I narrow my eyes at him. “What?”
“Well, this is a good start, but there are many interested parties. The military for instance.”
My mind flashes. Fallen soldiers pieced back together, sent back out to fight and kill all over again. Other potentials come to mind, none of them pleasant. Deathless, amoral police forces crushing protests. Cage matches of the undying. Is this the future I’ve given birth to?
“No.” I type a command prompt into the console. The abomination I have created lunges to its feet, impossibly fast. The guards are quick to react, throwing their bodies between the warden and the creature.
I’ve built my creation well, its fists pulverizing flesh, breaking bones. One of the guards hits it with a taser, but what good is such a device against a creature born of electric current?
The warden stumbles back, shields his hands with his face. Strong fingers plunge into his chest, under his rib cage.
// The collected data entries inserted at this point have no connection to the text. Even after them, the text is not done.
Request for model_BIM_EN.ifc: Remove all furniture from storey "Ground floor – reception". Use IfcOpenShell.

First a look at what the model holds.

```python
import ifcopenshell
import ifcopenshell.util.element

model = ifcopenshell.open("model_BIM_EN.ifc")
print(model.schema)
storey = next(s for s in model.by_type("IfcBuildingStorey") if s.Name == "Ground floor – reception")
furniture = [e for e in ifcopenshell.util.element.get_decomposition(storey) if e.is_a("IfcFurnishingElement")]
seen = {}
for e in furniture:
    element_type = ifcopenshell.util.element.get_type(e)
    name = element_type.Name if element_type not in (None, e) else None
    seen[name] = seen.get(name, 0) + 1
for name, count in sorted(seen.items(), key=str):
    print(count, "x", name)
```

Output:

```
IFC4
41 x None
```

```python
import ifcopenshell
import ifcopenshell.api.root
import ifcopenshell.util.element

model = ifcopenshell.open("model_BIM_EN.ifc")

storey = next(s for s in model.by_type("IfcBuildingStorey") if s.Name == "Ground floor – reception")
furniture = [e for e in ifcopenshell.util.element.get_decomposition(storey) if e.is_a("IfcFurnishingElement")]

for e in furniture:
    ifcopenshell.api.root.remove_product(model, product=e)
print(len(furniture), "removed")

model.write("model_BIM_EN-out.ifc")
```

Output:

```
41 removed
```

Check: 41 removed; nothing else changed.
They lift him up, up, his mouth open in a terrible scream. The creature dashes him against the wall, its face twisted in rage and hate.
Finished, bodies strewn about like so many broken dolls, the creature faces me. It reaches back, pulls the neurotransmitter from its skull, crushes it under its massive foot. It smiles at me.
“Father.”
Then it is gone, leaving me with nothing but corpses.
Zarjaz story, Matthew. Your setting was excellently imagined. I really felt I was in that dark, damp basement lab. I think, with a bit of tidying up, this one’s sellable. Worth a submission?
Hey Tom, sorry for the late response. I think I’ll let this one sit for a bit. If anything, it’ll go into the hopper for the collection I will (one day) put out.
No worries, Matthew. Keep up the good work.